Games sind Kunst. Und da gibts sehr viele verschiedene Ansichten.

//
Ja, Du hast was gegen Sciptst, das hast du geschrieben.

Du Wolltest auch Muitionsmanagement. 
Das bekommst du.
Du wolltest Standartwaffen
Die bekommst du

Dir gefällt Doom
Doom? Wenn da mal die Gegner nicht gescriptet sind (tauchen regelmässig im Rücke nauf, wenn ich mich nicht irre).

MassEffect zu kurz?
Ohne Kommentar (kleiner Tip: Das Spiel gilt eher als RPG)
Das sind alles Sachen, die ich persönlich nicht nachvollziehen kann.

Dass ein Spiel GENAU einen Geschmack trifft, ist halt wirklich nicht ganz einfach.


----------



## revisionist (25. November 2015)

Vielleicht F.E.A.R.? Ist schon älter, aber ich fand die KI recht anspruchsvoll. Ist halt eher klassisch (nix open world) und ist im Grusel/Horrorbereich angesiedelt. Aber ein reiner Ego-Shooter. Schau es dir mal an.


----------



## Pophet (25. November 2015)

@mc drake

es geht hier nicht um liblingsspiel/band oder sonstwas sondern um fakten.
ich kann "metro" nur als gamer betrachten der seit ca 30 jahren erfahrungen gesammelt hat und metro ist ganz klar ein schlechtes spiel wenn man es objektiv betrachtet.
ein fanboy wird natürlich etwas anderes behaupten.
wie gesagt, ich kenne die bücher nicht, ich rede nur über das spiel. und ich kann mir kaum vorstellen das auch nur irgendeinen seriöses magzin das spiele testet metro mehr als 40% bzw 4/10 geben würde.
die fehler und probleme bei dem spiel sind offensichtlich, hier gehts nicht einfach nur um meine meinung sondern um das was das spiel einem bietet.

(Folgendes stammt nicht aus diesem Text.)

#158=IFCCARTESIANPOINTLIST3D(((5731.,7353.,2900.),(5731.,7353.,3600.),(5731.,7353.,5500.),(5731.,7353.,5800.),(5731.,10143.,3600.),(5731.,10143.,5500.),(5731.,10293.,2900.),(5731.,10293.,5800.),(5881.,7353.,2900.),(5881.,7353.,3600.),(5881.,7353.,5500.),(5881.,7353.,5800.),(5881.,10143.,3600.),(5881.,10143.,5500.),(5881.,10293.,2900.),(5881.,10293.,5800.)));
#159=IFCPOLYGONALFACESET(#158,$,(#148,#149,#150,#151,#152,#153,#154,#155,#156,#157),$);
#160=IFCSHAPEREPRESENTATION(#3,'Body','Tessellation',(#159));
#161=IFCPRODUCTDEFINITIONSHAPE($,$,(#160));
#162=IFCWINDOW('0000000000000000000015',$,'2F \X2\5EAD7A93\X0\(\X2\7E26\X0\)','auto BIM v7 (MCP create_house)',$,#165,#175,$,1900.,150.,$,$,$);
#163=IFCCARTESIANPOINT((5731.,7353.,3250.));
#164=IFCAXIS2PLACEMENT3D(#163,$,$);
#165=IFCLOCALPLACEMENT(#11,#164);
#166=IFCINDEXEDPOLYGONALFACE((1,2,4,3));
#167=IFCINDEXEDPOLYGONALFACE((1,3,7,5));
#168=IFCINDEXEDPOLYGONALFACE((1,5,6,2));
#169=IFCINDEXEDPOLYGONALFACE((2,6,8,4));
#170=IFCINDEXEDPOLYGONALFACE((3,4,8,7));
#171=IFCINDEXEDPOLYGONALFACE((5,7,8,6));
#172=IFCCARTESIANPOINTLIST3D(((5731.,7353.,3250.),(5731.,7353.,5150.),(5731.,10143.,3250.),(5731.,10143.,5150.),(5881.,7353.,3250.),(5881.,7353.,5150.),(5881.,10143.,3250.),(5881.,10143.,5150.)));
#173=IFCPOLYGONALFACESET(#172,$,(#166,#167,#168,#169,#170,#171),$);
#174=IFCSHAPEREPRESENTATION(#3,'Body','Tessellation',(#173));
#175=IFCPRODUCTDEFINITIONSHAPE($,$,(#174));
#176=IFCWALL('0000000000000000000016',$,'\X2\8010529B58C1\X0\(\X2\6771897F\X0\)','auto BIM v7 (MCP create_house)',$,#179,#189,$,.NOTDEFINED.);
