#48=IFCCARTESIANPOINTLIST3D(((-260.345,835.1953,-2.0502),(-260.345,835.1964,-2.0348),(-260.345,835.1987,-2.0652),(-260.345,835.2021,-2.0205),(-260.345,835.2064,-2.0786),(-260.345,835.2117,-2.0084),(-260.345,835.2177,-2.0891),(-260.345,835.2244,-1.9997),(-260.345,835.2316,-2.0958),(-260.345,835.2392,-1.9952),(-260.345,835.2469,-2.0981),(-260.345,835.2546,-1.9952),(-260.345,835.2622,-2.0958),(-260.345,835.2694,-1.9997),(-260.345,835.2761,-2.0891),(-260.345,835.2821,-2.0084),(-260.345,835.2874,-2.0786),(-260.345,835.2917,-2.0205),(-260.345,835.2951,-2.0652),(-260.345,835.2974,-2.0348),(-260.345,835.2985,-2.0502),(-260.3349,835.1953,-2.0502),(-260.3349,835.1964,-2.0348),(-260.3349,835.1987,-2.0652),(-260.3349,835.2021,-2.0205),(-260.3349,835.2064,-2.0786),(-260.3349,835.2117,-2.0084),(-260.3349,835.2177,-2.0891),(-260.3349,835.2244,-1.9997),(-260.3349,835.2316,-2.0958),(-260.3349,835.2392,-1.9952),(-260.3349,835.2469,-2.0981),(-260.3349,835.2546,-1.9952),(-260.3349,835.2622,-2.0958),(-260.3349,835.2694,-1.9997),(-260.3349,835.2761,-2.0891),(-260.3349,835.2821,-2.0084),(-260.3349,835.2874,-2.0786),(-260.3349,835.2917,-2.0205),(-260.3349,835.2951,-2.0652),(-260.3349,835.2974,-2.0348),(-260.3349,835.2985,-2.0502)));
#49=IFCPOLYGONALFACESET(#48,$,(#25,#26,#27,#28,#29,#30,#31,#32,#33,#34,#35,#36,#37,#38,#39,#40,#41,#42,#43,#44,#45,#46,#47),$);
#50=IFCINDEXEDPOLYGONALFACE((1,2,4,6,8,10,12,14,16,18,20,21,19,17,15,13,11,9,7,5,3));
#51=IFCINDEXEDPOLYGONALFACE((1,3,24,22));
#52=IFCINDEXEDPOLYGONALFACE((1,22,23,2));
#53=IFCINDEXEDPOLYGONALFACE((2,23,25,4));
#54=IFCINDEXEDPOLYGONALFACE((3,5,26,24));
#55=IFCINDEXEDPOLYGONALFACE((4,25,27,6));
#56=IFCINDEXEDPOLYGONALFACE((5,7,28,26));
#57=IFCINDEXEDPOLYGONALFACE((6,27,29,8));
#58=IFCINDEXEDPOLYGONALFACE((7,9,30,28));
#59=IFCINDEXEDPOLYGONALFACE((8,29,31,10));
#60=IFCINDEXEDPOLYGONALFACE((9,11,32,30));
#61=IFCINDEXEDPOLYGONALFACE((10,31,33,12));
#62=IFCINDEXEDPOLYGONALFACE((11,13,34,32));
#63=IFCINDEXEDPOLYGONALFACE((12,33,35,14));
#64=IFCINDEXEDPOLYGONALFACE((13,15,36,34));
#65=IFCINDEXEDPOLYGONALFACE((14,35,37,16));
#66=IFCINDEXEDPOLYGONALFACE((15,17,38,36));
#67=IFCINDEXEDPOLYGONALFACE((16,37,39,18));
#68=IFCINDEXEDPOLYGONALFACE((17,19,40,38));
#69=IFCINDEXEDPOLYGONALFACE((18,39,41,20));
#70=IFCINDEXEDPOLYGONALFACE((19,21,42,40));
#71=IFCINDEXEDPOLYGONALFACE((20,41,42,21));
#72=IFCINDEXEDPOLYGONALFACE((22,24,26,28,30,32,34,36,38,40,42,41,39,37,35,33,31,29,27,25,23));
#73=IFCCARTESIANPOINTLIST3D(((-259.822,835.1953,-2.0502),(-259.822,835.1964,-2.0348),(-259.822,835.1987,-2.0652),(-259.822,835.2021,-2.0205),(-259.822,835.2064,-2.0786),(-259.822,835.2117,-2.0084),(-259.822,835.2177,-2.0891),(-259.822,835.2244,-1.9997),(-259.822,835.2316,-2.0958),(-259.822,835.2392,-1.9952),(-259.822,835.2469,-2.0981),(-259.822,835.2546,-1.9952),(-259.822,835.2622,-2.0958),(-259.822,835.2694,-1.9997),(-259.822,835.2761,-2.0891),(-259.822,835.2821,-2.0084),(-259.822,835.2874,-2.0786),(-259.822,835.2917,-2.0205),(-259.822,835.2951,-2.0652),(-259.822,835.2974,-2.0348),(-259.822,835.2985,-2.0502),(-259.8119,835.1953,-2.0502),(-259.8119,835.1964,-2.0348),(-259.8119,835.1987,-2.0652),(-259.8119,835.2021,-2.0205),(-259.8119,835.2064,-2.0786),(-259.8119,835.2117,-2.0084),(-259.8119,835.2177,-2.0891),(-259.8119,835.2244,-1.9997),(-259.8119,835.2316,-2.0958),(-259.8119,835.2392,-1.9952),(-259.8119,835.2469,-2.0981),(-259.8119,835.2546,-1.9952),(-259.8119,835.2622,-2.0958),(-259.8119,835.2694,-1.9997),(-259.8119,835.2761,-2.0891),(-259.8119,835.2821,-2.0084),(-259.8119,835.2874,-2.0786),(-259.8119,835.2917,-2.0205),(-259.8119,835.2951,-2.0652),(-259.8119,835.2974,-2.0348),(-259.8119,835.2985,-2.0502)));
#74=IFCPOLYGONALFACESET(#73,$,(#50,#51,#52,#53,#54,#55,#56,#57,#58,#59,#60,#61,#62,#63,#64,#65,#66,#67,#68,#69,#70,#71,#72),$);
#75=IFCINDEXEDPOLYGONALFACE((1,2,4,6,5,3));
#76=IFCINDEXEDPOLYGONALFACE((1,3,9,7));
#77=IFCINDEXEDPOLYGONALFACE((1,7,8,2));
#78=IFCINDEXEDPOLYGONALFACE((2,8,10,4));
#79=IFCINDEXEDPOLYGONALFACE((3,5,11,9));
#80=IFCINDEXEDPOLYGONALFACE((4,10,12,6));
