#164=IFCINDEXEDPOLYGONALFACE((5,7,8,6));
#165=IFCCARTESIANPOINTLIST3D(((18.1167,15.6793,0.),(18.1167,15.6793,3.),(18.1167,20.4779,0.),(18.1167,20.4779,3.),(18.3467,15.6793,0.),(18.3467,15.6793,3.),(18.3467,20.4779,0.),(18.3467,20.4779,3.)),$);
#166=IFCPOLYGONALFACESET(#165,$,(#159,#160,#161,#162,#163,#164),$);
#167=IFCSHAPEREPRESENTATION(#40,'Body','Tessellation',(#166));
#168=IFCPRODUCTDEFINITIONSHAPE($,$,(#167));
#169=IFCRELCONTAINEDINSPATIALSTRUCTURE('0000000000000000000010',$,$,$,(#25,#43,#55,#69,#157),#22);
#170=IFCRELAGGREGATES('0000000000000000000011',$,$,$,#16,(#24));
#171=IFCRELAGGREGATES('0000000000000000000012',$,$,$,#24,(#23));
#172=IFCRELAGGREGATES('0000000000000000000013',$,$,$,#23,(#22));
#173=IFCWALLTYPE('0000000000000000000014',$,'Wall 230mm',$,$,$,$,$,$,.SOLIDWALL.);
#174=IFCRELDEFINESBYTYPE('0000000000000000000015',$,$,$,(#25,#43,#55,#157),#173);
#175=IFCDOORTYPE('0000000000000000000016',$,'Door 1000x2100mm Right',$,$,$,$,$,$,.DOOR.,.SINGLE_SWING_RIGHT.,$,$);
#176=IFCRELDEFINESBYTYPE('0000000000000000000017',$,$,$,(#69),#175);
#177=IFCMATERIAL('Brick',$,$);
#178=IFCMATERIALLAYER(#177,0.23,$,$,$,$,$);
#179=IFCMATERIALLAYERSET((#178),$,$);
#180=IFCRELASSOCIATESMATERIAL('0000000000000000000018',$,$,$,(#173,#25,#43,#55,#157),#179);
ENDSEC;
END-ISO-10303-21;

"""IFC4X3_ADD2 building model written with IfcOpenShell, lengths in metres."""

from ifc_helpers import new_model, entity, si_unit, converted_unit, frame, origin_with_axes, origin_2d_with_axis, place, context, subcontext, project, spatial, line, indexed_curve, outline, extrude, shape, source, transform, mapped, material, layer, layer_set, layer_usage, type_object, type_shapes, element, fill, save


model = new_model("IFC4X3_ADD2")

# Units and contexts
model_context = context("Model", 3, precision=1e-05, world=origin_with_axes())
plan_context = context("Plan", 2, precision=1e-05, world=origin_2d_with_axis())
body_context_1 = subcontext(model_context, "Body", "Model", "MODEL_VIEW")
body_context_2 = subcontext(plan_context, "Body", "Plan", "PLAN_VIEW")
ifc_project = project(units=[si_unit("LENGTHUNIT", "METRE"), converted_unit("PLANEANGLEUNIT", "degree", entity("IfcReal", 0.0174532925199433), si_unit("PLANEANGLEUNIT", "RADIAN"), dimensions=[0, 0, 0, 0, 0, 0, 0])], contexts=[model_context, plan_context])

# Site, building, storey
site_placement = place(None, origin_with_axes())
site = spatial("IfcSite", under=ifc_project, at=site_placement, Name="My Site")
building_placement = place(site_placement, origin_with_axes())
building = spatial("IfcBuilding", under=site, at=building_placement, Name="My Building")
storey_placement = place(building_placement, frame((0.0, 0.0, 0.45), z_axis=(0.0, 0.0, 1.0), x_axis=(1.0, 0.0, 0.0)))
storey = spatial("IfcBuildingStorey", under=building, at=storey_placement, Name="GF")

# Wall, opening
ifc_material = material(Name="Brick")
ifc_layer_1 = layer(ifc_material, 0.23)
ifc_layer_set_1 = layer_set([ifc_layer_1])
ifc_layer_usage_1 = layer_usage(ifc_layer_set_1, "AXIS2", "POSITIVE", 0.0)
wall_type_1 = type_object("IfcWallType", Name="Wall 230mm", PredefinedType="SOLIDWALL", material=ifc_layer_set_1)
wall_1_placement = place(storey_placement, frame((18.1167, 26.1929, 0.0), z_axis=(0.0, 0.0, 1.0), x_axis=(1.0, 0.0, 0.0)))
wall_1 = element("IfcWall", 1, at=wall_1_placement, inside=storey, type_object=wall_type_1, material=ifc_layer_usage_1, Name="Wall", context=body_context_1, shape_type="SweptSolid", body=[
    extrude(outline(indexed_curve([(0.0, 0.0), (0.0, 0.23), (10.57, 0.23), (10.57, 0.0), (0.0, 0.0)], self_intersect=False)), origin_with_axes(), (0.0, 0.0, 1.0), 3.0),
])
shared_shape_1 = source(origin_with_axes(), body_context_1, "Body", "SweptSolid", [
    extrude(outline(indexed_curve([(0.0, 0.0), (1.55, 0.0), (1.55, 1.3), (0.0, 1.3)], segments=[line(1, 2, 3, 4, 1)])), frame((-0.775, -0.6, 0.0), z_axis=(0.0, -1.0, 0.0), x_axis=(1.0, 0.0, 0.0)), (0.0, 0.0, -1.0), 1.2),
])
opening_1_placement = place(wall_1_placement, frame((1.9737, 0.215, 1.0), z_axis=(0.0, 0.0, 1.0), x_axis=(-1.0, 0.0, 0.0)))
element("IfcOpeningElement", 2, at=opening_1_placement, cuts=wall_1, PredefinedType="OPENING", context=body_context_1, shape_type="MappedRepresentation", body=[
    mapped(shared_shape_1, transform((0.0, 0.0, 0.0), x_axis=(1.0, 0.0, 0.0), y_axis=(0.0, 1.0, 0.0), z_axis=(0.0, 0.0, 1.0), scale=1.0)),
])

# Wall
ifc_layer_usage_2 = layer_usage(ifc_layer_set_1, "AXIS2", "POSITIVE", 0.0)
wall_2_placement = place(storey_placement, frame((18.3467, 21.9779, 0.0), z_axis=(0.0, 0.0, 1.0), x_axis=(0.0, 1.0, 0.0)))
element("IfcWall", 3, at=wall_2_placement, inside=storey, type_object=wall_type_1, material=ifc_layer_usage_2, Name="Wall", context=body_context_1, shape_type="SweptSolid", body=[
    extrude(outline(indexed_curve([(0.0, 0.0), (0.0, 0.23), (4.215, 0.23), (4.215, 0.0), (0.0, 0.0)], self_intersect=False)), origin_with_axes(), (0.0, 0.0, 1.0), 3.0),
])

PS: gegner KI ist immer gescriptet, anders würde es garnicht gehen. ob das nun ein gumba bei mario, ein pinky bei doom oder ein versall bei league of legends ist. 
der script gibt an wo oder wie ein gegner auftaucht, ohne script würde es keine gegner geben.

wenn aber die story und der spielverlauf gescriptet ist dann ist das etwas ganz anderes.
der kommentar von dir macht also NULL sinn.


----------



## Pophet (25. November 2015)

revisionist schrieb:


> Vielleicht F.E.A.R.? Ist schon älter, aber ich fand die KI recht anspruchsvoll. Ist halt eher klassisch (nix open world) und ist im Grusel/Horrorbereich angesiedelt. Aber ein reiner Ego-Shooter. Schau es dir mal an.



kenne ich schon und ja, fear ist ein guter titel, nicht perfekt aber ich kann es jederzeit weiterempfehlen, besonders im dunkeln und aufgedrehten kopfhörern


----------



## Jokernight (25. November 2015)

Ist zwar online aber an vielen Stellen gnadenlos schwer da du ultraschnell stirbst: Insurgency  haben sogar nen offline Modus gegen bots wenn ich mich recht entsinne, bin mir da aber nicht so sicher.


----------



## golani79 (25. November 2015)

Pophet schrieb:


> [...] ich rede nur über das spiel. und ich kann mir kaum vorstellen das auch nur irgendeinen seriöses magzin das spiele testet metro mehr als 40% bzw 4/10 geben würde.
> [...]



lol ..


----------



## Bonkic (25. November 2015)

wenn irgendwer schon mit seiner x-jahre langen erfahrung anfängt, kann man die diskussion in aller regel direkt abbrechen. bringt nix.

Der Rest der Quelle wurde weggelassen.